See the First Image Produced by NASA’s Newest Planet Hunter

Nasa planet hunting probe captures wealth of stars in its first image

TESS's target stars are 30 to 300 light-years away and about 30 to 100 times brighter than Kepler's targets

NASA's planet-hunting satellite will remain in action for at least another two years, so hopefully, this first image is really just the first of many.

Although the discovery has yet to be reviewed by other scientists to validate it, the preliminary analysis suggests that Pi Mensae c, the newly found exoplanet, is around four times as massive as Earth and contains a substantial portion of lighter materials - such as water, methane, hydrogen, and helium - in addition to a rocky/iron core. TESS will observe the transit phases of exoplanets, which happens when an orbiting planet passes in front of its star, reducing its luminosity and allowing better observation.

As for the prospects of life? A year on this exoplanet (one full orbit around its star) lasts just 6.27 days. From a satellite's perspective, this results in a decrease in the star's brightness. "Such stars enable precise measurements of that planet's mass and radius", the authors write in their paper.

TESS acquired the images using all four cameras during a 30-min period on August 7, 2018.

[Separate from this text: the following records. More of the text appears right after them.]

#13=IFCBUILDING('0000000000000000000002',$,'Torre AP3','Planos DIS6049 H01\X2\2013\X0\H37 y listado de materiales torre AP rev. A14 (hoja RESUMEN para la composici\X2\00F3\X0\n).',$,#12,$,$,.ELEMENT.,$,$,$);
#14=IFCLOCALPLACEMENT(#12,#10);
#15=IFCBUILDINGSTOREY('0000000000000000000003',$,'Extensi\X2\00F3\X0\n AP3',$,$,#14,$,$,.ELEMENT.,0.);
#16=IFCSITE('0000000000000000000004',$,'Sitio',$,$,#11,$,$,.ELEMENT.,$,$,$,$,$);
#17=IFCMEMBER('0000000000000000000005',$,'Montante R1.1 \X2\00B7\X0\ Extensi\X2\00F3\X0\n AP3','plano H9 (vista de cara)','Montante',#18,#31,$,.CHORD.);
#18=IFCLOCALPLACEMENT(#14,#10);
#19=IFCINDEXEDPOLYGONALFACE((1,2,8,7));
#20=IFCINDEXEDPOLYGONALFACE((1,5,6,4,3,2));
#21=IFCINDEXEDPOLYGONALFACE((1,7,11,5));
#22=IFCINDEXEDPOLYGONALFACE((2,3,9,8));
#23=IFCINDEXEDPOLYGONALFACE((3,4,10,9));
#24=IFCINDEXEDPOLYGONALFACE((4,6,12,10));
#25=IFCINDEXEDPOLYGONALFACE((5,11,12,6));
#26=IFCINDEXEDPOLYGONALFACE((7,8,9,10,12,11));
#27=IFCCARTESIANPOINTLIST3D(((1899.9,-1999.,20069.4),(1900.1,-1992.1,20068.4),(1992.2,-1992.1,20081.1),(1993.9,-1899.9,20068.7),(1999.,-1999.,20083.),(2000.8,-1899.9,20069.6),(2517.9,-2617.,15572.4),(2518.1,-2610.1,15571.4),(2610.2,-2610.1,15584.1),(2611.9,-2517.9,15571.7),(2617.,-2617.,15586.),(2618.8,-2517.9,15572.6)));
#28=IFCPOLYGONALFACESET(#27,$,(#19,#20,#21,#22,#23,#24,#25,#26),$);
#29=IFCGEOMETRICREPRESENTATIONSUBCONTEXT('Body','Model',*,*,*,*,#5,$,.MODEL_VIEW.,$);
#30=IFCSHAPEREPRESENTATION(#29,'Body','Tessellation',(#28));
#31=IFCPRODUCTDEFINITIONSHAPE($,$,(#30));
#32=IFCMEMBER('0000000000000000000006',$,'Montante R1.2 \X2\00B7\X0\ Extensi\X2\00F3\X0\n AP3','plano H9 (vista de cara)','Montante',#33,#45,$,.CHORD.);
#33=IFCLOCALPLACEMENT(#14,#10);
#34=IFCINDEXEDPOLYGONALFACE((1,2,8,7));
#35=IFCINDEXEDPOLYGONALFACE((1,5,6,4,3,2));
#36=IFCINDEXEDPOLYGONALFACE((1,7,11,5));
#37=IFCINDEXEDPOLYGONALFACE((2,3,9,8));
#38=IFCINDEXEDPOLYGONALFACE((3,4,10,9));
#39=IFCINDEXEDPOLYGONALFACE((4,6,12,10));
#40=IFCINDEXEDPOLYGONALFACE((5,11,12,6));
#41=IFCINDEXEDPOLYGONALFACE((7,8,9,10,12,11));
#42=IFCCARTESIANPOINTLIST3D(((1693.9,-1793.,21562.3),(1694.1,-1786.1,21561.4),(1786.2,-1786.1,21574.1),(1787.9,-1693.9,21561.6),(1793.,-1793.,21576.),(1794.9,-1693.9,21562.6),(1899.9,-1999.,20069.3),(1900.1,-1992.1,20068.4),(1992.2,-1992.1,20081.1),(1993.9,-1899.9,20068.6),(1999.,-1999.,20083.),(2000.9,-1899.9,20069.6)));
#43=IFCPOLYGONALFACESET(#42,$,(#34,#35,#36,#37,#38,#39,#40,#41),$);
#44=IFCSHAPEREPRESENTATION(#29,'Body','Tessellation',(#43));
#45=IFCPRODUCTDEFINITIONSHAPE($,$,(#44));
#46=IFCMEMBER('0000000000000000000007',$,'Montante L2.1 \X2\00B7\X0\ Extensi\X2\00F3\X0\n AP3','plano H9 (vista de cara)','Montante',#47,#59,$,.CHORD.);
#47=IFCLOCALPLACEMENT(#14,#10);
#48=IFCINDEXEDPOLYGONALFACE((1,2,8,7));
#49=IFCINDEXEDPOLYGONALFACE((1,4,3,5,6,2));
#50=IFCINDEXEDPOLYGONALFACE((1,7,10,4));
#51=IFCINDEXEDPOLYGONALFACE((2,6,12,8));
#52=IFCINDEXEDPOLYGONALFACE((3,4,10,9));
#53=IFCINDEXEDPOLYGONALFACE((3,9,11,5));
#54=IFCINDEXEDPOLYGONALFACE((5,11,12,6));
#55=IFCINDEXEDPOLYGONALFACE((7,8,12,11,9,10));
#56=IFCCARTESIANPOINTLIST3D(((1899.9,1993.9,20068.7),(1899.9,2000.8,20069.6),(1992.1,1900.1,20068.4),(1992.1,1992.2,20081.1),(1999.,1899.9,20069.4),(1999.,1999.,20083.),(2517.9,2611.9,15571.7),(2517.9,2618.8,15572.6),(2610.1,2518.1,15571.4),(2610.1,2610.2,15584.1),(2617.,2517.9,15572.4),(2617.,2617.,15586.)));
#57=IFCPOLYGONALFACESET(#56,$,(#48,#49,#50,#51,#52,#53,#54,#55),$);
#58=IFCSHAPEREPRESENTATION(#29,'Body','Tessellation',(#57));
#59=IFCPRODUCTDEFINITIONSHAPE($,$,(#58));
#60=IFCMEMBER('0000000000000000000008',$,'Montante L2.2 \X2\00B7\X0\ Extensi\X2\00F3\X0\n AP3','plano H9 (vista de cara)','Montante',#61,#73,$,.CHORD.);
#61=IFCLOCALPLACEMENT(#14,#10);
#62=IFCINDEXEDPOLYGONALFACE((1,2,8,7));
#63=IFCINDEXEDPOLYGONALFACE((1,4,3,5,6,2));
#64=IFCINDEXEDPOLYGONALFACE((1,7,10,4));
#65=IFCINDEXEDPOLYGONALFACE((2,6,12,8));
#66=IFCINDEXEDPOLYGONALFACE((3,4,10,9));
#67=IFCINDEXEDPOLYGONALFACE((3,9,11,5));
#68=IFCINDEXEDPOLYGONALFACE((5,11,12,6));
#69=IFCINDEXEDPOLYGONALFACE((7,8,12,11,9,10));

That's the dip TESS is looking for. Astronomers published a paper about the new discovery in the database of preprints arXiv.org.

"This swath of the sky's southern hemisphere includes more than a dozen stars we know have transiting planets based on previous studies from ground observatories", said George Ricker, TESS principal investigator.

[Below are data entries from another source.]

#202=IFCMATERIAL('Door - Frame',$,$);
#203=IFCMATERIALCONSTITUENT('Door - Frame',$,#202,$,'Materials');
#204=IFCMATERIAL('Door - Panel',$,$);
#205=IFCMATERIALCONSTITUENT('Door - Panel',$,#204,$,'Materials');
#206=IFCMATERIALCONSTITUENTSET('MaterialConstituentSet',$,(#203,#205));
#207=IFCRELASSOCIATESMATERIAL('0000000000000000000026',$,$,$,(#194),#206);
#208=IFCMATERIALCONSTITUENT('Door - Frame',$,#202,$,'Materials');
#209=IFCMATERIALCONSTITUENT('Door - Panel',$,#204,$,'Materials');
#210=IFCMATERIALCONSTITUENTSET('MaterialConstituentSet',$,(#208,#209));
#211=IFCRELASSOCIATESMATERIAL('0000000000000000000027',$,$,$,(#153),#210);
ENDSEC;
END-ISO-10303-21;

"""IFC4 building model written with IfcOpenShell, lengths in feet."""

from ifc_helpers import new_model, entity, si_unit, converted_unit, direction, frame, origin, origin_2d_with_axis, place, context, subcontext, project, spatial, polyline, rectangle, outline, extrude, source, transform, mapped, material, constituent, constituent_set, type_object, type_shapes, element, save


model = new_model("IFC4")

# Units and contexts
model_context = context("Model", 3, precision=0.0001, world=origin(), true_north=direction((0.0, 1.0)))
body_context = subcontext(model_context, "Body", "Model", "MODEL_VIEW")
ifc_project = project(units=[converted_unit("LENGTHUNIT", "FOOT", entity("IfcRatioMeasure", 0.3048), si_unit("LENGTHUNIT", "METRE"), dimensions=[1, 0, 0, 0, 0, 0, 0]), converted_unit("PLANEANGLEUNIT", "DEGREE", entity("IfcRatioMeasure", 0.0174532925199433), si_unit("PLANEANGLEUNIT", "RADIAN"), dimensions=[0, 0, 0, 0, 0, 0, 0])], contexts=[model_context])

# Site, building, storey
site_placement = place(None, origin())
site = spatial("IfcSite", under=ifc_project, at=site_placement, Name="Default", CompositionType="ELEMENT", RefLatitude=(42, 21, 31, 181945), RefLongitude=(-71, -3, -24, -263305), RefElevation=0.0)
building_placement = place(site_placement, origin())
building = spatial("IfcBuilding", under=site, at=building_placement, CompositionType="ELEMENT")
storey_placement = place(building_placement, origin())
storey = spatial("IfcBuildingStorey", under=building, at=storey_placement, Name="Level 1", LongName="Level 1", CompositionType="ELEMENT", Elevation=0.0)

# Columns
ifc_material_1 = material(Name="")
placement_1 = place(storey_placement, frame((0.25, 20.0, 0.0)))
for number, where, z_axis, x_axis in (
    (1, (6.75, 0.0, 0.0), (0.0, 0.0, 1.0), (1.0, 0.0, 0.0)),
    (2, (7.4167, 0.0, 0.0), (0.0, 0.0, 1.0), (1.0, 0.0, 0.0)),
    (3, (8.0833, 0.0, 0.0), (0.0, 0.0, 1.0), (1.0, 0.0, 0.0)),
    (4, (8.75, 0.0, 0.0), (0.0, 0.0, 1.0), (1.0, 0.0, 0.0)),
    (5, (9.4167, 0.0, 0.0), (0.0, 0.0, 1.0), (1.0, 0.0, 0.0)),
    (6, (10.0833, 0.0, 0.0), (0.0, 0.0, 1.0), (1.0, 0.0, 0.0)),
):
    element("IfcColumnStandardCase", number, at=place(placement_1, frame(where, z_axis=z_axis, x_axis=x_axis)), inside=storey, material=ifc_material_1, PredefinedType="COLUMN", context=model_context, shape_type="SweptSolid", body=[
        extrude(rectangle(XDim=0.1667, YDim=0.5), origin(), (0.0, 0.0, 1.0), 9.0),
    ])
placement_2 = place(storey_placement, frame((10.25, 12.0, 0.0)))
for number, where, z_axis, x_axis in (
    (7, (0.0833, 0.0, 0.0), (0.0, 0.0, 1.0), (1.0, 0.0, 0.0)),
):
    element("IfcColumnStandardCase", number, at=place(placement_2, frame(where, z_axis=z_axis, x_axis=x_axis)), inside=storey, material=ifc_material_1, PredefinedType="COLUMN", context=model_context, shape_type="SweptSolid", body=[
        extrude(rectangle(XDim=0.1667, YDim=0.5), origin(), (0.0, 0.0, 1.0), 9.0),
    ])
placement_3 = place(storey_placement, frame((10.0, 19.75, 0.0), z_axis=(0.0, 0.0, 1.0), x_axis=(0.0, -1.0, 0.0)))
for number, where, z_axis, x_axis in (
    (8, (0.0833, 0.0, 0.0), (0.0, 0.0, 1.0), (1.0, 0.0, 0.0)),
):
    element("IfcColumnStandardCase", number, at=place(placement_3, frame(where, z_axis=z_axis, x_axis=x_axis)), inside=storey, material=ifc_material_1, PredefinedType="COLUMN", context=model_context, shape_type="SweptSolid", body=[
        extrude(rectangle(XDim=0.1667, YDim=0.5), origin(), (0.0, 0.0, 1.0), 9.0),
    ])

As for the other planet, it is described as a bit larger than Earth with an orbit around its star that takes a mere 11 hours.

Meanwhile, TESS is busy sweeping the skies for more exciting discoveries. Together, the cameras let TESS scan a narrow strip of the sky stretching from the polar region to the equator.

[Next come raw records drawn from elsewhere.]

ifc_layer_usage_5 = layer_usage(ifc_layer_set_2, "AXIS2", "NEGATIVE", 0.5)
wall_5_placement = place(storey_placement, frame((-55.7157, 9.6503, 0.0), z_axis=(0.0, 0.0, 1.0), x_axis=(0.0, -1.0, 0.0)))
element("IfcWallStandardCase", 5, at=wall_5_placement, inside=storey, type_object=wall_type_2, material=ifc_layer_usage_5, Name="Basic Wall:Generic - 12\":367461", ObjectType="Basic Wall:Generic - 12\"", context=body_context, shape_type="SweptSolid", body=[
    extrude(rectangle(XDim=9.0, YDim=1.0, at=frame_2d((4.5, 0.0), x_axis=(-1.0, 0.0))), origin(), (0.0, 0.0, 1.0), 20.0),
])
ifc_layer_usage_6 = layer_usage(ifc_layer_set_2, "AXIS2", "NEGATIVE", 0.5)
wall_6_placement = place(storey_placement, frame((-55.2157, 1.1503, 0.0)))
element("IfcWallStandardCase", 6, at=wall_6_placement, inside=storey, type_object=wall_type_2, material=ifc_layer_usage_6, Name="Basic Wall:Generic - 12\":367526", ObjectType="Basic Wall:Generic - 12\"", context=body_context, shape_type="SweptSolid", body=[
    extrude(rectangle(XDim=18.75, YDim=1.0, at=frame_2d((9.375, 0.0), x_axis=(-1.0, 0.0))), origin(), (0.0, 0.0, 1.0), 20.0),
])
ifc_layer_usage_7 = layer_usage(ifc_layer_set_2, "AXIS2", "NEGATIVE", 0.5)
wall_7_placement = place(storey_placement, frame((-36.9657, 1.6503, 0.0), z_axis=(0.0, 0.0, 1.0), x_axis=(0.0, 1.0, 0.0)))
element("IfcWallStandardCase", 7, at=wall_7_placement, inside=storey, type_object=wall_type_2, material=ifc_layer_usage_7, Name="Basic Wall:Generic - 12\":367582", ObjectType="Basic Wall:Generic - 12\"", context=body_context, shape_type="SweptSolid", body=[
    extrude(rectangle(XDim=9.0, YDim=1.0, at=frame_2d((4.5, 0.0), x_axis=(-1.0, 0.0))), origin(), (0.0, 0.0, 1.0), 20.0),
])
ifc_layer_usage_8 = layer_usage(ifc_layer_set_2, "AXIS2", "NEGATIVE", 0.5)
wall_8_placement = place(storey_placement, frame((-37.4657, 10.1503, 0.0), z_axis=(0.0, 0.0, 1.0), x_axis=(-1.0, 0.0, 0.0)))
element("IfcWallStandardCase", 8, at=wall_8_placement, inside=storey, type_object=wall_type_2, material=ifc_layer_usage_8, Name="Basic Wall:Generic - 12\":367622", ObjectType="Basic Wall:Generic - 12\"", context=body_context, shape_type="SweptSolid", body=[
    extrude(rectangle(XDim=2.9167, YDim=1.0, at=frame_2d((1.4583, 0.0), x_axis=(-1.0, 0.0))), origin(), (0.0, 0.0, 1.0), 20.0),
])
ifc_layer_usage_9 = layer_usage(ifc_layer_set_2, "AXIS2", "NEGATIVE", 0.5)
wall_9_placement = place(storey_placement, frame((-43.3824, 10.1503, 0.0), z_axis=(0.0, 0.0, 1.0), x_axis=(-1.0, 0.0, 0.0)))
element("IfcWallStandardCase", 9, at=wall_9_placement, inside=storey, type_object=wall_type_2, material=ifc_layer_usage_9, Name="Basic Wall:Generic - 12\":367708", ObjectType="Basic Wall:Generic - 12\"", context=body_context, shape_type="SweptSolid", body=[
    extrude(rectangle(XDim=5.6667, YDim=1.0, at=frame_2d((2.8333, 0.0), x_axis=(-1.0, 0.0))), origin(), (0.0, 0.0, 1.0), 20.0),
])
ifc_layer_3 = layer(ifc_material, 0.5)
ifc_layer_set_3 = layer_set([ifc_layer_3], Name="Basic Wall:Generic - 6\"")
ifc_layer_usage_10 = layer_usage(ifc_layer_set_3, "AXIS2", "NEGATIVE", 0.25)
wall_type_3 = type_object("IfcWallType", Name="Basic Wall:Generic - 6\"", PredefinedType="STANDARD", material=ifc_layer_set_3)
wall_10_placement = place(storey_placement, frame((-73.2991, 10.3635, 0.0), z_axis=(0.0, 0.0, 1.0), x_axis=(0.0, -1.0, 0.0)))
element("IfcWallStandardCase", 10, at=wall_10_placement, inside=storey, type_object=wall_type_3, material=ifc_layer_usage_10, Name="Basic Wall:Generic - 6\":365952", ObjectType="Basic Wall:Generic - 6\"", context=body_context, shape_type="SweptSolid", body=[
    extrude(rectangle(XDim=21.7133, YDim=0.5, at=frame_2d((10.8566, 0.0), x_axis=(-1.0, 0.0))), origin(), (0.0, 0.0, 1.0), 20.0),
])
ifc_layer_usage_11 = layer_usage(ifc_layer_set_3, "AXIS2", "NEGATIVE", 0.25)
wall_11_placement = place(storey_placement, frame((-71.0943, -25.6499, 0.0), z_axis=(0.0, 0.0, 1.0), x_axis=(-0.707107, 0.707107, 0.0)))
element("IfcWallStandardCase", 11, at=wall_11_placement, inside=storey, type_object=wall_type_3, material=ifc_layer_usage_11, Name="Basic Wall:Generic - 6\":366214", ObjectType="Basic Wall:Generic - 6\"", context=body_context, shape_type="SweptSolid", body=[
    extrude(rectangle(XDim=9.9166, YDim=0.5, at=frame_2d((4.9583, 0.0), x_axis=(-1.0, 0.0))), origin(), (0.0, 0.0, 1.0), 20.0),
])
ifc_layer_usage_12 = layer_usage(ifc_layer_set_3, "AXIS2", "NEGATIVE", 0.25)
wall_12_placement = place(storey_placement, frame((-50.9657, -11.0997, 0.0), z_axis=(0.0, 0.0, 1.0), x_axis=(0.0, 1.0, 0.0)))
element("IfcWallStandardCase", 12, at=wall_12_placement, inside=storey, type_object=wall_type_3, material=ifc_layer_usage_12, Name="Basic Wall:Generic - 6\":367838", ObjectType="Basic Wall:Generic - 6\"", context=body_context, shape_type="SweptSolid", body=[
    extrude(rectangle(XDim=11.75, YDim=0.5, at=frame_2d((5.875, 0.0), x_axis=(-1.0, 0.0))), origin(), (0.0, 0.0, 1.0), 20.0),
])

TESS' current mission is set for a length of two years, during which it will cover 85 percent of the sky. I mentioned the survey is expected to find 20,000 exoplanets, but a decent chunk of them will be closer to Earth-sized.

Somewhere among these grains of celestial sugar and powder puffs of cloudy light there is a planet, perhaps many planets, perhaps even Earth 2.0, as astronomers sometimes call the object of their dreams - a terrestrial look-alike to our own world, a "Goldilocks" place not too hot nor too cold, where Darwin's dice might have come up sevens. NASA stated that TESS, the "first-ever spaceborne all-sky transit survey will identify planets ranging from Earth-sized to gas giants, around a wide range of stellar types and orbital distances". Slap the two data points together we learn what the density of the exoplanet is.